— Откуда у тебя эти шрамы? — спрашивает Хассан через некоторое время.
Хеннинг вздыхает. Может быть, и хорошо, что Юнас будет здесь со мной сейчас. Мой хороший, хороший мальчик. Хеннинг вспоминает, как скакал в языках пламени, пытаясь прикрыть лицо руками, как загорелись волосы, сгорели и обожгли его, глаза Юнаса, увидевшего это, как он помогал тушить огонь, пока не стало слишком поздно.

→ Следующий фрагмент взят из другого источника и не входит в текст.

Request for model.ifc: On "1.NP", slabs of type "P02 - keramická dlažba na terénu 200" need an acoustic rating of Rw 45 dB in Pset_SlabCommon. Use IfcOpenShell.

First a look at what the model holds.

```python
import ifcopenshell
import ifcopenshell.util.element

model = ifcopenshell.open("model.ifc")
print(model.schema)
storey = next(s for s in model.by_type("IfcBuildingStorey") if s.Name == "1.NP")
slabs = [e for e in ifcopenshell.util.element.get_decomposition(storey) if e.is_a("IfcSlab")]
seen = {}
for e in slabs:
    element_type = ifcopenshell.util.element.get_type(e)
    key = (element_type.Name if element_type != e and element_type else None, ifcopenshell.util.element.get_pset(e, "Pset_SlabCommon", "AcousticRating"))
    seen[key] = seen.get(key, 0) + 1
for (name, value), count in sorted(seen.items(), key=str):
    print(count, "x", name, "|", value)
```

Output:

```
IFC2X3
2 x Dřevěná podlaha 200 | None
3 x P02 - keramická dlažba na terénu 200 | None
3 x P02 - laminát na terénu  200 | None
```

```python
import ifcopenshell
import ifcopenshell.api.pset
import ifcopenshell.util.element

model = ifcopenshell.open("model.ifc")

storey = next(s for s in model.by_type("IfcBuildingStorey") if s.Name == "1.NP")
slabs = [e for e in ifcopenshell.util.element.get_decomposition(storey) if e.is_a("IfcSlab")]

count = 0
for e in slabs:
    element_type = ifcopenshell.util.element.get_type(e)
    if element_type in (None, e) or element_type.Name != "P02 - keramická dlažba na terénu 200":
        continue
    # add_pset returns the element's existing set when there is one.
    pset = ifcopenshell.api.pset.add_pset(model, product=e, name="Pset_SlabCommon")
    ifcopenshell.api.pset.edit_pset(model, pset=pset, properties={"AcousticRating": "Rw 45 dB"})
    count += 1

print(count, "slabs updated")

model.write("model_v2.ifc")
```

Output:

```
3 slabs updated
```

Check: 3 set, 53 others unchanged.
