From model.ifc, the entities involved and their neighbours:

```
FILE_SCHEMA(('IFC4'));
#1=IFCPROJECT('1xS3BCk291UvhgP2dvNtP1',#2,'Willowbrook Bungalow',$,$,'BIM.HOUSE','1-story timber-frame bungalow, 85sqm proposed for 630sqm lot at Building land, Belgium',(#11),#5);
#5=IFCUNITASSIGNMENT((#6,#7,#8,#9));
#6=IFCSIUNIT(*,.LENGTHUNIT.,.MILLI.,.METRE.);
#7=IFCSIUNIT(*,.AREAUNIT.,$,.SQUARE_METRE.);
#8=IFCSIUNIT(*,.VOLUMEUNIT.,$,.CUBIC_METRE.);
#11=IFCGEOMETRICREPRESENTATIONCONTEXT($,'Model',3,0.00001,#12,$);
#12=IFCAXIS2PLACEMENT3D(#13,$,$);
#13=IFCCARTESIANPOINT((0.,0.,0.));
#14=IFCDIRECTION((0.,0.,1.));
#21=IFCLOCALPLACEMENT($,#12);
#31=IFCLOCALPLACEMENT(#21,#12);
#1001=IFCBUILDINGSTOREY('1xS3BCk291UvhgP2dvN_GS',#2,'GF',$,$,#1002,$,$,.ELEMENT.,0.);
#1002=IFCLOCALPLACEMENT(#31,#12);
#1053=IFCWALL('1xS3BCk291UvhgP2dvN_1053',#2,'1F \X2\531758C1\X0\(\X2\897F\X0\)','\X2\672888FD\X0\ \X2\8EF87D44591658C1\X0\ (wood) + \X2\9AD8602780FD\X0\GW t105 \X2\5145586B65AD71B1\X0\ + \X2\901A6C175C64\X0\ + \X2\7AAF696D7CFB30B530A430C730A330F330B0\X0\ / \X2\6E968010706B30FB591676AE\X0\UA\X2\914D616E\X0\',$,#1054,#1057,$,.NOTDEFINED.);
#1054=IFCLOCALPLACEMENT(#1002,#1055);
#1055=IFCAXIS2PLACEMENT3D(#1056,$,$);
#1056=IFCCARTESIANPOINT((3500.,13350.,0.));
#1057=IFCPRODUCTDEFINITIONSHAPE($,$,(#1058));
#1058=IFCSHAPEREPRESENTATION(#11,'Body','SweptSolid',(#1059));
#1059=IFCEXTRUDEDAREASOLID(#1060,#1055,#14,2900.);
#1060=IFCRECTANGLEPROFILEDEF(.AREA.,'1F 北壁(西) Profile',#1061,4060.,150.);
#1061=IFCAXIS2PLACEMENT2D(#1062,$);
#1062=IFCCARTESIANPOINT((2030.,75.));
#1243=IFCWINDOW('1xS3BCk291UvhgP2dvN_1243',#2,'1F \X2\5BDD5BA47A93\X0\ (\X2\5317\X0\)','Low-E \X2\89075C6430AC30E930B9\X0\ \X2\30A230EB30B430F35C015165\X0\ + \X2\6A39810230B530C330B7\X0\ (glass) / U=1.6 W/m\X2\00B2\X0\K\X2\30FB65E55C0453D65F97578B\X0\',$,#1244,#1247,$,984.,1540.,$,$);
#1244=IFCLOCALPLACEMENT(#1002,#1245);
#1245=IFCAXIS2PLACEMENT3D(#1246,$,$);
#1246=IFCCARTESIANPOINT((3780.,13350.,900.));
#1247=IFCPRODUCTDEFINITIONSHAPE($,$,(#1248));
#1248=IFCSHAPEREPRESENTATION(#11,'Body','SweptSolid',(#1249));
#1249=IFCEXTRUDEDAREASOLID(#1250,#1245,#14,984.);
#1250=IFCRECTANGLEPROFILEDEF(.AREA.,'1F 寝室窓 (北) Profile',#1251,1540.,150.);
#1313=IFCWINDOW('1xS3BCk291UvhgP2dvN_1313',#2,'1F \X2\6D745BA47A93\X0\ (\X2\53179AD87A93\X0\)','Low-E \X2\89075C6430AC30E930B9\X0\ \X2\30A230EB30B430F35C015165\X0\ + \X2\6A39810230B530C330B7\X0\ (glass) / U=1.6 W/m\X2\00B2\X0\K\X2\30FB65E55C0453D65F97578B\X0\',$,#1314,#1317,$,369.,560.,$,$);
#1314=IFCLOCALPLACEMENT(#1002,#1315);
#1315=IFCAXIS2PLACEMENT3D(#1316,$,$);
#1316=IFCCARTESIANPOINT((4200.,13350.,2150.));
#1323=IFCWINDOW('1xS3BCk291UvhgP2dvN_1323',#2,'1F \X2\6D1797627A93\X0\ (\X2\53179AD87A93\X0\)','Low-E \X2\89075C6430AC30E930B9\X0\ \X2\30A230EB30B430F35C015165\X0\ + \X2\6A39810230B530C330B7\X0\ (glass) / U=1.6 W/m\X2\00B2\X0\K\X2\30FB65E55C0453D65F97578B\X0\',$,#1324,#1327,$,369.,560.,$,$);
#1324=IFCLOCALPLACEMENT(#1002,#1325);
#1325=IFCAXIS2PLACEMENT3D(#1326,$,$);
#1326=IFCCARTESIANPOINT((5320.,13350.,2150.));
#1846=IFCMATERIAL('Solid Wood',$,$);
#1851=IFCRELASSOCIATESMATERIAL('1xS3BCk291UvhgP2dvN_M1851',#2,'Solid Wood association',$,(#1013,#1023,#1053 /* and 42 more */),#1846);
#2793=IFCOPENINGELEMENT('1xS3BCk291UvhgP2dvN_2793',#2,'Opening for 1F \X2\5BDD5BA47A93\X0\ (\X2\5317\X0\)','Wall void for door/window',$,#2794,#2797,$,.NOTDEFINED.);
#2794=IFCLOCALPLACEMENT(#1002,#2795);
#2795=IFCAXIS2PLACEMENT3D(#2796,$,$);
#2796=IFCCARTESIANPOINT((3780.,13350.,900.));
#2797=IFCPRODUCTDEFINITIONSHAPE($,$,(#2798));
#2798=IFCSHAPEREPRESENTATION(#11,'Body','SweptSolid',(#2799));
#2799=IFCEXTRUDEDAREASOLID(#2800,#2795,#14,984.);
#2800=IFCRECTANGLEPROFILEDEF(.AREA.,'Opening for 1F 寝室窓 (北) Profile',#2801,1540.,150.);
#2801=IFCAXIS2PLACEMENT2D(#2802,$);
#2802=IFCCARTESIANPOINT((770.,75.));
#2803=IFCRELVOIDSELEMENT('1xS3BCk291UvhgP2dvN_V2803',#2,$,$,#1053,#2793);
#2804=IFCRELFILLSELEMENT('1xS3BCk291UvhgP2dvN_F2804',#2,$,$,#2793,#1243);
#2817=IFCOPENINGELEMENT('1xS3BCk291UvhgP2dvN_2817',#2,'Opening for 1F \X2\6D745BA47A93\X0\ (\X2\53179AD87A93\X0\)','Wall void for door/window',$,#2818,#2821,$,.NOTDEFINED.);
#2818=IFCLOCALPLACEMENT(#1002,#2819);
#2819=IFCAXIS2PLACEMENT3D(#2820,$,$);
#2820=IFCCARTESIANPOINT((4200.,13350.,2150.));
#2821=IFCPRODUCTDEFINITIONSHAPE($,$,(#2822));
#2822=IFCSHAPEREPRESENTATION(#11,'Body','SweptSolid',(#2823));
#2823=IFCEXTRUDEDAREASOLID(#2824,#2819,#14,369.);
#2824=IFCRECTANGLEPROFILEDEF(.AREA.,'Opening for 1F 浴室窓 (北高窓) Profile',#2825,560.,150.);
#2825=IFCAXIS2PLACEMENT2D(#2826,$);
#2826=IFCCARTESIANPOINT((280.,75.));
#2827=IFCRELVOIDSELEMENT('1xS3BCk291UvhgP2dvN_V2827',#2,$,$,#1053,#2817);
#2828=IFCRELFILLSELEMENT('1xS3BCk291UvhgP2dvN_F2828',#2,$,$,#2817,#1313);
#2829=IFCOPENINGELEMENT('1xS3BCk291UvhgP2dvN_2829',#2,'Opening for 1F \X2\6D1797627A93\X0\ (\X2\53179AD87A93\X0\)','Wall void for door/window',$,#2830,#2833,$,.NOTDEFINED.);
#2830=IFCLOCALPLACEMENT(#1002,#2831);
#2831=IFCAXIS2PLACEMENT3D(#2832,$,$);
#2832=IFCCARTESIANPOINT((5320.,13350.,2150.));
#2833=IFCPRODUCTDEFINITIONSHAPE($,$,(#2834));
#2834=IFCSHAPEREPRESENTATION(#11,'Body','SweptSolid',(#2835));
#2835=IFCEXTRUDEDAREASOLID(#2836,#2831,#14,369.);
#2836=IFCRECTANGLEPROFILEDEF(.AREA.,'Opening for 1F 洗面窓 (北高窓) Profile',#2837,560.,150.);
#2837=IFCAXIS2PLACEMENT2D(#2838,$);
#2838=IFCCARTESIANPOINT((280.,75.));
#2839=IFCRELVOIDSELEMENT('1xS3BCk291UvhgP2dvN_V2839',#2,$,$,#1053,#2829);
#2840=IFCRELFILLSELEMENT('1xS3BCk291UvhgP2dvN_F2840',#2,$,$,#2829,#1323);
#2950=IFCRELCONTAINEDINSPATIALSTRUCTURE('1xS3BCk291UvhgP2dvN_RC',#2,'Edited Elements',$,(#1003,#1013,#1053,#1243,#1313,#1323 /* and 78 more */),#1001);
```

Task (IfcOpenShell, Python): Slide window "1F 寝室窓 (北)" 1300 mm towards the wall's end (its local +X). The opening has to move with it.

```python
import ifcopenshell
import ifcopenshell.api.geometry
import ifcopenshell.util.placement
import ifcopenshell.util.unit

model = ifcopenshell.open("model.ifc")
unit_scale = ifcopenshell.util.unit.calculate_unit_scale(model)

window = model.by_id(1243)
opening = window.FillsVoids[0].RelatingOpeningElement
wall = opening.VoidsElements[0].RelatingBuildingElement

wall_matrix = ifcopenshell.util.placement.get_local_placement(wall.ObjectPlacement)
shift = wall_matrix[:3, 0] * 1.3 / unit_scale
before = ifcopenshell.util.placement.get_local_placement(window.ObjectPlacement)[:3, 3].copy()

# The window is not placed relative to its opening, so move both.
for product in (opening, window):
    matrix = ifcopenshell.util.placement.get_local_placement(product.ObjectPlacement)
    matrix[:3, 3] += shift
    ifcopenshell.api.geometry.edit_object_placement(model, product=product, matrix=matrix, is_si=False)

after = ifcopenshell.util.placement.get_local_placement(window.ObjectPlacement)[:3, 3]
print("window moved by", (after - before).round(3) + 0.0)

model.write("model_rev.ifc")
```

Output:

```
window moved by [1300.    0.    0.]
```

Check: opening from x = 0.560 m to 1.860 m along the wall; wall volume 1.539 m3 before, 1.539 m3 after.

Хеннинг помнит, как они стояли на балконе, а из гостиной к ним приближались жадные языки пламени, он помнит, как Юнас смотрел на него в поисках поддержки и защиты, помнит его слова, которые никогда не забудет, все будет хорошо, не бойся, я позабочусь о тебе, он помнит, как они забрались на перила, как Хеннинг схватил своего сына, посмотрел ему в глаза и сказал, что им надо прыгнуть, и они будут внизу, в безопасности, но было холодно, несколько дней до этого шел дождь, и перила стали скользкими, он заметил это, только когда забрался на них, и он подумал, что неважно, что будет с ним, главное — спасти Юнаса, я должен приземлиться первым, я приму на себя удар, а Юнас может упасть на меня, все равно, на какую часть тела, главное, чтобы он выжил, а Юнас сопротивлялся, плакал, не хотел, не мог, но Хеннинг заставил его, приказал строгим голосом, сказал, что они должны и если не прыгнут, то погибнут оба, и пообещал, что в следующие выходные они поедут на рыбалку, одни, только бы им добраться до земли, в конце концов Юнас храбро кивнул сквозь слезы, взобрался наверх, смелый мальчик, лицо Хеннинга было обожжено, и ему было трудно смотреть, но он должен был сделать это, должен был шагнуть первым и сделать единственное, что он мог, спасти собственного сына, он забрался на перила, взял Юнаса за дрожащие руки, поднял его, еще раз повторил ему свои слова, эти чертовы слова, но, когда Хеннинг посмотрел вниз или попытался посмотреть вниз, у него закружилась голова, запахло горелым, то ли из квартиры, то ли от его собственного лица, из двери, которую они не закрыли за собой, повалил дым, и, сейчас или никогда, им надо было прыгать, он сделал шажок, чтобы найти более устойчивое положение, чтобы почувствовать, что под ним больше нет перил, они исчезли, так же как и руки, которые держались за его руки, Юнас, куда, черт возьми, подевался Юнас, он не видел, не мог видеть, глаза слиплись, и он летел, парил к земле, ожидая удара, почувствовал удар еще до того, как соприкоснулся с землей, на него с грохотом обрушилась темнота, и он ничего не видел, ничего не замечал, ничего не чувствовал, только тьму.